I have been feeling out of sorts lately, like the past few days or so, without any real solid reason as to why. So when someone tells you to just "Cheer up!", how do you go about that when you don't have a clue why you are down in the first place. I mean, if I really thought about it I could probably find little reasons that would affect my mood, such as...
I have not been feeling very good lately and my leg is still giving me pain even after the treatments I have received; my best friend has been in a melancholy mood also and I can't put on her while she is struggling too; my daughter who is in CA is trying to decide on continuing there or moving back home and is struggling with what she is supposed to be doing, going back and forth on her decisions; feeling as if my designs are so inadequate compared to the talent of those around me and how did I ever get to where I am with so little skill; my weight keeps climbing and I have had to replace my entire wardrobe; my spirit is in need of some repair and yet there is no desire to do anything about it; my ward was just dissolved and I don't even know where I belong anymore; and I don't seem to have any of the energy or drive to want to do anything about any of the above, for those things I could do anything about that is.
But in my mind, all of those things are little, inconsequential things and are no reason to be in the funk I am in. They just happen to be some of the little things I am dealing with, like we all deal with in one way or another. So how can any of those concerns have such a big effect on me today?
So my way of thinking is blogging therapy, maybe if I type it out onto my blog it will leave me by traveling out of my heart and mind and trickling down thru my fingertips like magic. Maybe while typing I will suddenly know the answer or the reason behind this deep funk that I am in. I am generally a pretty upbeat, happy person...so when I get in a sudden mood like this it takes me back and I am like "Whoa! What am I supposed to do with this? This is not me, I don't know how to handle this!".
Has my experiment of blogging it out been working? It is hard to say, I think it is too early to tell.
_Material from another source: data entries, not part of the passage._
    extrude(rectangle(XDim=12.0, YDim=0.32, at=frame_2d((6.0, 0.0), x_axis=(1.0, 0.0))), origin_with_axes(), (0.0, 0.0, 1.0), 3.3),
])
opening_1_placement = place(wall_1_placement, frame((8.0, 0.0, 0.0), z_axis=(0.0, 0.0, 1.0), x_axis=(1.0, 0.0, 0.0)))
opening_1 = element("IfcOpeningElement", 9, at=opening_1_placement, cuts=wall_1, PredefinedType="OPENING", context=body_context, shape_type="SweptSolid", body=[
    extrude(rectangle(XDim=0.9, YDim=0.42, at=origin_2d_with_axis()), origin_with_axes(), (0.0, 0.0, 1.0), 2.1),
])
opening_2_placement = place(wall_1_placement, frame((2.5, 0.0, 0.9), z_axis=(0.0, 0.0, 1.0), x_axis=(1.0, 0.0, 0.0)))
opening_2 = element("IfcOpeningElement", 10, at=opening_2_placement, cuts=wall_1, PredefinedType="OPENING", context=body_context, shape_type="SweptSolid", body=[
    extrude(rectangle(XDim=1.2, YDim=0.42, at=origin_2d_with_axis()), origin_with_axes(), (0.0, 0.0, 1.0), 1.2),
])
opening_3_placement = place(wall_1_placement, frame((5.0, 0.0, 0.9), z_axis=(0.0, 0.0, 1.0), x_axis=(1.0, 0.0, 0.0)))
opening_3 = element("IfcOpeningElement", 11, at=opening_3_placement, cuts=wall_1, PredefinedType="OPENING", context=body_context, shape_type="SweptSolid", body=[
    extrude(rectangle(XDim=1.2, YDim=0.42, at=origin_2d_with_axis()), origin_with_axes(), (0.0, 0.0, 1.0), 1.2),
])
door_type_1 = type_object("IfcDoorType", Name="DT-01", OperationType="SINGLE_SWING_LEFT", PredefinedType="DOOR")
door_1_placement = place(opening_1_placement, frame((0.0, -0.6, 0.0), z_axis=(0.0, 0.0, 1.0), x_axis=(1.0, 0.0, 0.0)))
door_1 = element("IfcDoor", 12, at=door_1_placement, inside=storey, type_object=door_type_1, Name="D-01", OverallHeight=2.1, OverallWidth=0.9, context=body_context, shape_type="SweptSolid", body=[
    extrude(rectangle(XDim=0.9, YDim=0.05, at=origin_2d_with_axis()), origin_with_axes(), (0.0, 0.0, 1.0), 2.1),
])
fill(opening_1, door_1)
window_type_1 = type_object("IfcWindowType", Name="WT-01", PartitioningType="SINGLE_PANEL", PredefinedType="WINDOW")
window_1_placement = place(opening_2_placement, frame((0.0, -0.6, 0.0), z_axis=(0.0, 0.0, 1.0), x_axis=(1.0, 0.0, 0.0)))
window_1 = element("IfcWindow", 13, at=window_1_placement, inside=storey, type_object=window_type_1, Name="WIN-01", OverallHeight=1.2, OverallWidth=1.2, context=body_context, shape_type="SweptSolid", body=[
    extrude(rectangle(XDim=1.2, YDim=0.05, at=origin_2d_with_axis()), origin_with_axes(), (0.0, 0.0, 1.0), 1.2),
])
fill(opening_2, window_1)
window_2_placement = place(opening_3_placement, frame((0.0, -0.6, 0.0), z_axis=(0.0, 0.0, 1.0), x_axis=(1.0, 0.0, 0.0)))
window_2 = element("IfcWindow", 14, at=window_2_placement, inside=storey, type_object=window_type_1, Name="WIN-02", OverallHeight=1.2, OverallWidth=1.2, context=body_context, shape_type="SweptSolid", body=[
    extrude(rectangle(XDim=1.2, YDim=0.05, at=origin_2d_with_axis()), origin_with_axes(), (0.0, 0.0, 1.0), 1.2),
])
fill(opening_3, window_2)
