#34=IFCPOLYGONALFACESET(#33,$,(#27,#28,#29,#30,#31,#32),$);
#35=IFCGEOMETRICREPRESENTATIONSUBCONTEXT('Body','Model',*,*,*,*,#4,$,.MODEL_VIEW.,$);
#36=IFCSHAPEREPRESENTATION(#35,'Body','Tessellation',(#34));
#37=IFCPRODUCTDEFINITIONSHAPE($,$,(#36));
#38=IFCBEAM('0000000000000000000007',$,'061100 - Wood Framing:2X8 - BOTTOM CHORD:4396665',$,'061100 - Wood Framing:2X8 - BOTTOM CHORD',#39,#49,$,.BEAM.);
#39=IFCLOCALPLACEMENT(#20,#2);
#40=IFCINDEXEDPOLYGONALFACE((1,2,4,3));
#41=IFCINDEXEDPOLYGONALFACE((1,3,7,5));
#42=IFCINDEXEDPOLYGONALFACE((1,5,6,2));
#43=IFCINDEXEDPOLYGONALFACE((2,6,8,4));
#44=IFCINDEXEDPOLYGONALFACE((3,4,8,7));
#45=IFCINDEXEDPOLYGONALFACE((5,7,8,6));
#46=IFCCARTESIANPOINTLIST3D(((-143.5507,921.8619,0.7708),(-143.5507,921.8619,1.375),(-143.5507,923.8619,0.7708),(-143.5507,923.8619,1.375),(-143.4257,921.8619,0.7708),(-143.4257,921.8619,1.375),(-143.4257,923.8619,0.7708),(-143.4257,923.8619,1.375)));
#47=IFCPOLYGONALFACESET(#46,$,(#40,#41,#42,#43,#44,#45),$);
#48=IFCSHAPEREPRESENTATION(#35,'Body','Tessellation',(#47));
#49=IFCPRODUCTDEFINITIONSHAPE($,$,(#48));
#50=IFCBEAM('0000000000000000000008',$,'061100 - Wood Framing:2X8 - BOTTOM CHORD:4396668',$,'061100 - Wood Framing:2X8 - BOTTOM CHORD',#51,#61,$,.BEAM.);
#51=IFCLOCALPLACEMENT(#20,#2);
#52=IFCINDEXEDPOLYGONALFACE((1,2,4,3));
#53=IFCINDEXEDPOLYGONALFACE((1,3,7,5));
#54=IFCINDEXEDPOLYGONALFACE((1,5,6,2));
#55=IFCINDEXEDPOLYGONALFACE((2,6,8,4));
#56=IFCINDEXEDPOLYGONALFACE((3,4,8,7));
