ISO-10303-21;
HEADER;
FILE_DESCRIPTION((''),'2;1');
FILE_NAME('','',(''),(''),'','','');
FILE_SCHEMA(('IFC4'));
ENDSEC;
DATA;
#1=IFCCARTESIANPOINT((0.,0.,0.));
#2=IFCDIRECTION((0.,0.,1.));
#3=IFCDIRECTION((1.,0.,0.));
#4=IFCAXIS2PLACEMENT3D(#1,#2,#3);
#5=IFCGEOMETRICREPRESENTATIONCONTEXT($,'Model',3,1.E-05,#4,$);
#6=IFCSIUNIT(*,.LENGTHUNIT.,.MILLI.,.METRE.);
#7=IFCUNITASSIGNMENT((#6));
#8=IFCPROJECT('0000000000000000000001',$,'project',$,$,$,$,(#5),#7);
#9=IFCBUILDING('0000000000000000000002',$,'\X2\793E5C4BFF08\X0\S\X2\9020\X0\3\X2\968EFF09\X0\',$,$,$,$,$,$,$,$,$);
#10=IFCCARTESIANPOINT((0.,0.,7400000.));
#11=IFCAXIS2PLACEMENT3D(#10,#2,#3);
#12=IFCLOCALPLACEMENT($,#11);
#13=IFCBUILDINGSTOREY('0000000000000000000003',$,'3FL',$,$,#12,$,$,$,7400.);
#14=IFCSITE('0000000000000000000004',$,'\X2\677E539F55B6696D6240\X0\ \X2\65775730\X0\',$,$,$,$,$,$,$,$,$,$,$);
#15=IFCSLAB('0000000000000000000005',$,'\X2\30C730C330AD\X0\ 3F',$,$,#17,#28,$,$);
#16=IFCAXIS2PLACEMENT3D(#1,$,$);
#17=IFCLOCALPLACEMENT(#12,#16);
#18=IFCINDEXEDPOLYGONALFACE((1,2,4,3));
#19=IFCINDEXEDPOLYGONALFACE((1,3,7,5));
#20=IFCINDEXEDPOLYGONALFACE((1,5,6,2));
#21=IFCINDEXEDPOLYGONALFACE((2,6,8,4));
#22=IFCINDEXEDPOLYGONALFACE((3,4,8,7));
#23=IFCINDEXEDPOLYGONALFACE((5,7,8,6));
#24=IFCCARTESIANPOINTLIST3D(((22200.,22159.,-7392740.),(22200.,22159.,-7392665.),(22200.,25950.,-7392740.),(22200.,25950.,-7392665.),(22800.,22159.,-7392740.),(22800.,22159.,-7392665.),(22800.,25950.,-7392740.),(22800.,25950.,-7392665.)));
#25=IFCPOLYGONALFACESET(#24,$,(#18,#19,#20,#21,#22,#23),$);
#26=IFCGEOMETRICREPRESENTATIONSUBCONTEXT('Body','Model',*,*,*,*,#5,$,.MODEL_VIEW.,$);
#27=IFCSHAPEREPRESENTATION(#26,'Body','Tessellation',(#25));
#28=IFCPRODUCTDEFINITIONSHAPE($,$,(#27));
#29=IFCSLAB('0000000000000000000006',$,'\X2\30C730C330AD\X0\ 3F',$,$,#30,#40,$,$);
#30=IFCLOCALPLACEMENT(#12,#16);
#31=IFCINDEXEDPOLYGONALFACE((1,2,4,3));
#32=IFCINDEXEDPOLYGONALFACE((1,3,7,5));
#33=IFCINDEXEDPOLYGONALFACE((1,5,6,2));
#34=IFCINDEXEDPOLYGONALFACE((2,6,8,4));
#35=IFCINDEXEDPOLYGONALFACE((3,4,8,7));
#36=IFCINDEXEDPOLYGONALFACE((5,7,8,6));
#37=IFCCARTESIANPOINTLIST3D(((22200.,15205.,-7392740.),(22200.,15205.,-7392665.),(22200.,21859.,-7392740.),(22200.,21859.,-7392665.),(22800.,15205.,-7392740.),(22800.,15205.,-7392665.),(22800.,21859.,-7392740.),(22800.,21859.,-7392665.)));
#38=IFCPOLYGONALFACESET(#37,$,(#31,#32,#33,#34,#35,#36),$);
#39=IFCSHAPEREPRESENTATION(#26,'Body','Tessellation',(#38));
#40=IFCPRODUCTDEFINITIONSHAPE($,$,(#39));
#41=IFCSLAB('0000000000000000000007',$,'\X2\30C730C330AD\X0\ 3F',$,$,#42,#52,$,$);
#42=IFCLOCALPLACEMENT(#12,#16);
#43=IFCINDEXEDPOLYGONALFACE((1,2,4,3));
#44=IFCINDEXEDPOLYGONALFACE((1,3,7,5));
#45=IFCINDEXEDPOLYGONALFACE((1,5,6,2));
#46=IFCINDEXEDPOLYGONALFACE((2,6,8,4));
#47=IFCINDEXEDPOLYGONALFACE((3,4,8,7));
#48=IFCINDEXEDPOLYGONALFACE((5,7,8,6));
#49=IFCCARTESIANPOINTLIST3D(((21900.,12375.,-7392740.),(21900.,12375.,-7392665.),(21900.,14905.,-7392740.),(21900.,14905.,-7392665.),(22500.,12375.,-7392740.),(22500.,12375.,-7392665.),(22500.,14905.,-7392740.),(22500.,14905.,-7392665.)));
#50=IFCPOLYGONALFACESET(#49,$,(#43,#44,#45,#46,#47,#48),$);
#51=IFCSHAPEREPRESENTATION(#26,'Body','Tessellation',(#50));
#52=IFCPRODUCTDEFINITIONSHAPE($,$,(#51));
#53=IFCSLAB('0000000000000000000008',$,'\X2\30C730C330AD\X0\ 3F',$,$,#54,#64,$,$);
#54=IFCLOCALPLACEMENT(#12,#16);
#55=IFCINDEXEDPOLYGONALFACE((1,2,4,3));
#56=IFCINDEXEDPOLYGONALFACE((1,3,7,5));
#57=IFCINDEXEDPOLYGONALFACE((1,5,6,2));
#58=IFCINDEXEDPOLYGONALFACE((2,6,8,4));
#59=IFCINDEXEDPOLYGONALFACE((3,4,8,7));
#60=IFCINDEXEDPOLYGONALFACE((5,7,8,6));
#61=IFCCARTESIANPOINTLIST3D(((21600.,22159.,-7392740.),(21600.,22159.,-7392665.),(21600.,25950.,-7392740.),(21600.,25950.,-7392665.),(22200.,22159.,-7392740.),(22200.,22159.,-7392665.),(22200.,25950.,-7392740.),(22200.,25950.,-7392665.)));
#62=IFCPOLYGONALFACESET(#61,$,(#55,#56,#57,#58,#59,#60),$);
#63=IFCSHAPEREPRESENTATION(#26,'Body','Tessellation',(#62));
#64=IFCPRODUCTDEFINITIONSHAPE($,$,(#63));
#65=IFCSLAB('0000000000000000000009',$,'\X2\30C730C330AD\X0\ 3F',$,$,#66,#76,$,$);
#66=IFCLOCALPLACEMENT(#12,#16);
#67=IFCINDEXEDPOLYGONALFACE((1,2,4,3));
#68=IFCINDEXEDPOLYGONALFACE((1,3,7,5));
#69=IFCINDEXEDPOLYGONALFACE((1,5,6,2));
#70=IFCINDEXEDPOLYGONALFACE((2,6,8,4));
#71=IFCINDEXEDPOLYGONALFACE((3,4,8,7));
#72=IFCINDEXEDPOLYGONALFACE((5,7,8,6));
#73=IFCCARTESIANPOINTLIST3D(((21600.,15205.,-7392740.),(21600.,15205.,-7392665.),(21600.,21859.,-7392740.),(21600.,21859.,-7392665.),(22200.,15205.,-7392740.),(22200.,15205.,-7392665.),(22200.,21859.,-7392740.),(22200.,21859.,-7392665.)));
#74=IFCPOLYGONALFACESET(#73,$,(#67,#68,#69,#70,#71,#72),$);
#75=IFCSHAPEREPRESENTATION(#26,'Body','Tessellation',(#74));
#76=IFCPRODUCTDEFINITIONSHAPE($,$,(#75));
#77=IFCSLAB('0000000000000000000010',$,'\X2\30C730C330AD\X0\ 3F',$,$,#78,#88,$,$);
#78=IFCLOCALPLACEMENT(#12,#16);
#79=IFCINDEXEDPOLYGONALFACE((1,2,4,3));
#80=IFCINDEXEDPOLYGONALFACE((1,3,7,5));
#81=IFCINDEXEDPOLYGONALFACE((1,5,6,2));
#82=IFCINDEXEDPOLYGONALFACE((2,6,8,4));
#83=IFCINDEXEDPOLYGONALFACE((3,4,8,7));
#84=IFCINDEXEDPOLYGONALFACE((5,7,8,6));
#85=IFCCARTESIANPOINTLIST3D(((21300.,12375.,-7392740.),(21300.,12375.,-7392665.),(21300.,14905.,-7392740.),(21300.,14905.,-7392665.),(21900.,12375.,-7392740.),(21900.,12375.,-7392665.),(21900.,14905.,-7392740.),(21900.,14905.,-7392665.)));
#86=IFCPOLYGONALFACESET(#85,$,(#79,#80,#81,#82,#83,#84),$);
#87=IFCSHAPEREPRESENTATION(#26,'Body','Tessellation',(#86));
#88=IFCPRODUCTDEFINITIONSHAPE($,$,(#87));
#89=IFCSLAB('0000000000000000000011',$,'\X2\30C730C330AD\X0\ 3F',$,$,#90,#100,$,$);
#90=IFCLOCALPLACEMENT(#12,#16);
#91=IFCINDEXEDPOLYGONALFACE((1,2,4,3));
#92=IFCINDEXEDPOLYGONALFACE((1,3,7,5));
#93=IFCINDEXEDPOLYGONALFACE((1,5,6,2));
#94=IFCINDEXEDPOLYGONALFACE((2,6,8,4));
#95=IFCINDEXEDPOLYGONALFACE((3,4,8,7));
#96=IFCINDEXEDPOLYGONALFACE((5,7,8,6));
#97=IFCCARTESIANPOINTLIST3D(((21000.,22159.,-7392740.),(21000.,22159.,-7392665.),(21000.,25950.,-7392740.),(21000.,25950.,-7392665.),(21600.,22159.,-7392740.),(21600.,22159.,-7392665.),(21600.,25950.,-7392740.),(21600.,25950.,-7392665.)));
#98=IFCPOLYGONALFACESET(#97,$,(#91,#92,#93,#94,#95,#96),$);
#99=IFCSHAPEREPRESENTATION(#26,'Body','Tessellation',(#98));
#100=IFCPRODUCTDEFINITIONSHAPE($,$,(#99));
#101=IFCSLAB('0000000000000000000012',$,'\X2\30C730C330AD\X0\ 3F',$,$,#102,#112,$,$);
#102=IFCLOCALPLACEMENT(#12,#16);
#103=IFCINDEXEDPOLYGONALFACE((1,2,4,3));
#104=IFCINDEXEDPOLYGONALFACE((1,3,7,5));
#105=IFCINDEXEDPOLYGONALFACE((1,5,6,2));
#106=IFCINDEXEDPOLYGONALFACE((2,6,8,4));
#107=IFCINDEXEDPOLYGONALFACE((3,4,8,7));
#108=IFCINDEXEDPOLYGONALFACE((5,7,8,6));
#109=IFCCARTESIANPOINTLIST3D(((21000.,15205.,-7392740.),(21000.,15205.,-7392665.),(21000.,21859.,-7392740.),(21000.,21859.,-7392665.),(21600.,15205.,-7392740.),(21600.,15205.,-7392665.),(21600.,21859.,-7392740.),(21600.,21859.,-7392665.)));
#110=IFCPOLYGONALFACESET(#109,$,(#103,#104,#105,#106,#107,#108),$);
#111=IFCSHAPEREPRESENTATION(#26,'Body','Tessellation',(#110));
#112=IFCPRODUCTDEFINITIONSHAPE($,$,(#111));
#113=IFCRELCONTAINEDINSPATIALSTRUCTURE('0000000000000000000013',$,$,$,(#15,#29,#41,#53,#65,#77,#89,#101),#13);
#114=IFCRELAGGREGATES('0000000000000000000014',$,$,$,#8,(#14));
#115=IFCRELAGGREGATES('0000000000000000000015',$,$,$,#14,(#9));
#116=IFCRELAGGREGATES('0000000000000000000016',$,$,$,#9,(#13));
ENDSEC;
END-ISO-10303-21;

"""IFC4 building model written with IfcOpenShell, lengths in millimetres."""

from ifc_helpers import new_model, si_unit, frame, origin, origin_with_axes, place, context, subcontext, project, spatial, polyline, outline, extrude, element, save


model = new_model("IFC4")

# Units and contexts
model_context = context("Model", 3, precision=1e-05, world=origin_with_axes())
body_context = subcontext(model_context, "Body", "Model", "MODEL_VIEW")
ifc_project = project(units=[si_unit("LENGTHUNIT", "METRE", prefix="MILLI")], contexts=[model_context])

# Site, building, storey
site = spatial("IfcSite", under=ifc_project, Name="松原営業所 敷地")
building = spatial("IfcBuilding", under=site, Name="社屋（S造3階）")
storey_placement = place(None, frame((0.0, 0.0, 7400000.0), z_axis=(0.0, 0.0, 1.0), x_axis=(1.0, 0.0, 0.0)))
storey = spatial("IfcBuildingStorey", under=building, at=storey_placement, Name="3FL", Elevation=7400.0)

# Slabs
slab_1_placement = place(storey_placement, frame((0.0, 0.0, -7392740.0), z_axis=(0.0, 0.0, 1.0), x_axis=(1.0, 0.0, 0.0)))
element("IfcSlab", 1, at=slab_1_placement, inside=storey, Name="デッキ 3F", context=body_context, shape_type="SweptSolid", body=[
    extrude(outline(polyline([(22800.0, 22159.0), (22800.0, 25950.0), (22200.0, 25950.0), (22200.0, 22159.0), (22800.0, 22159.0)])), origin(), (0.0, 0.0, 1.0), 75.0),
])
slab_2_placement = place(storey_placement, frame((0.0, 0.0, -7392740.0), z_axis=(0.0, 0.0, 1.0), x_axis=(1.0, 0.0, 0.0)))
element("IfcSlab", 2, at=slab_2_placement, inside=storey, Name="デッキ 3F", context=body_context, shape_type="SweptSolid", body=[
    extrude(outline(polyline([(22800.0, 15205.0), (22800.0, 21859.0), (22200.0, 21859.0), (22200.0, 15205.0), (22800.0, 15205.0)])), origin(), (0.0, 0.0, 1.0), 75.0),
])
slab_3_placement = place(storey_placement, frame((0.0, 0.0, -7392740.0), z_axis=(0.0, 0.0, 1.0), x_axis=(1.0, 0.0, 0.0)))
element("IfcSlab", 3, at=slab_3_placement, inside=storey, Name="デッキ 3F", context=body_context, shape_type="SweptSolid", body=[
    extrude(outline(polyline([(22500.0, 12375.0), (22500.0, 14905.0), (21900.0, 14905.0), (21900.0, 12375.0), (22500.0, 12375.0)])), origin(), (0.0, 0.0, 1.0), 75.0),
])
slab_4_placement = place(storey_placement, frame((0.0, 0.0, -7392740.0), z_axis=(0.0, 0.0, 1.0), x_axis=(1.0, 0.0, 0.0)))
element("IfcSlab", 4, at=slab_4_placement, inside=storey, Name="デッキ 3F", context=body_context, shape_type="SweptSolid", body=[
    extrude(outline(polyline([(22200.0, 22159.0), (22200.0, 25950.0), (21600.0, 25950.0), (21600.0, 22159.0), (22200.0, 22159.0)])), origin(), (0.0, 0.0, 1.0), 75.0),
])
slab_5_placement = place(storey_placement, frame((0.0, 0.0, -7392740.0), z_axis=(0.0, 0.0, 1.0), x_axis=(1.0, 0.0, 0.0)))
element("IfcSlab", 5, at=slab_5_placement, inside=storey, Name="デッキ 3F", context=body_context, shape_type="SweptSolid", body=[
    extrude(outline(polyline([(22200.0, 15205.0), (22200.0, 21859.0), (21600.0, 21859.0), (21600.0, 15205.0), (22200.0, 15205.0)])), origin(), (0.0, 0.0, 1.0), 75.0),
])
slab_6_placement = place(storey_placement, frame((0.0, 0.0, -7392740.0), z_axis=(0.0, 0.0, 1.0), x_axis=(1.0, 0.0, 0.0)))
element("IfcSlab", 6, at=slab_6_placement, inside=storey, Name="デッキ 3F", context=body_context, shape_type="SweptSolid", body=[
    extrude(outline(polyline([(21900.0, 12375.0), (21900.0, 14905.0), (21300.0, 14905.0), (21300.0, 12375.0), (21900.0, 12375.0)])), origin(), (0.0, 0.0, 1.0), 75.0),
])
slab_7_placement = place(storey_placement, frame((0.0, 0.0, -7392740.0), z_axis=(0.0, 0.0, 1.0), x_axis=(1.0, 0.0, 0.0)))
element("IfcSlab", 7, at=slab_7_placement, inside=storey, Name="デッキ 3F", context=body_context, shape_type="SweptSolid", body=[
    extrude(outline(polyline([(21600.0, 22159.0), (21600.0, 25950.0), (21000.0, 25950.0), (21000.0, 22159.0), (21600.0, 22159.0)])), origin(), (0.0, 0.0, 1.0), 75.0),
])
slab_8_placement = place(storey_placement, frame((0.0, 0.0, -7392740.0), z_axis=(0.0, 0.0, 1.0), x_axis=(1.0, 0.0, 0.0)))
element("IfcSlab", 8, at=slab_8_placement, inside=storey, Name="デッキ 3F", context=body_context, shape_type="SweptSolid", body=[
    extrude(outline(polyline([(21600.0, 15205.0), (21600.0, 21859.0), (21000.0, 21859.0), (21000.0, 15205.0), (21600.0, 15205.0)])), origin(), (0.0, 0.0, 1.0), 75.0),
])

save(model, "model.ifc")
But I will say this, it is at least doing something about it. It is at least talking to someone, even if that someone is myself, well and any poor sap who happens upon it that is.
I do have many blessings that keep me going, that lift me back up to where I need to be. And that is my wonderful husband, my amazing kids, adorable grandkids. I have an awesome job and I get to work with awesome people. I still have both of my parents and many other family members that love me. A savior that gave everything for me and I know that He and my Heavenly Father love me and want me to be happy. I feel like I let them down everyday, but all I can say is that for the moment, I am doing the best that I can.
Things will get better, they just require a little more effort, a little more reaching out and holding on. Keep on keeping on with the good fight, tie another knot and hold on tighter and all that other positive stuff.
After all, you can be on the right track, but you will get run over if you just sit there.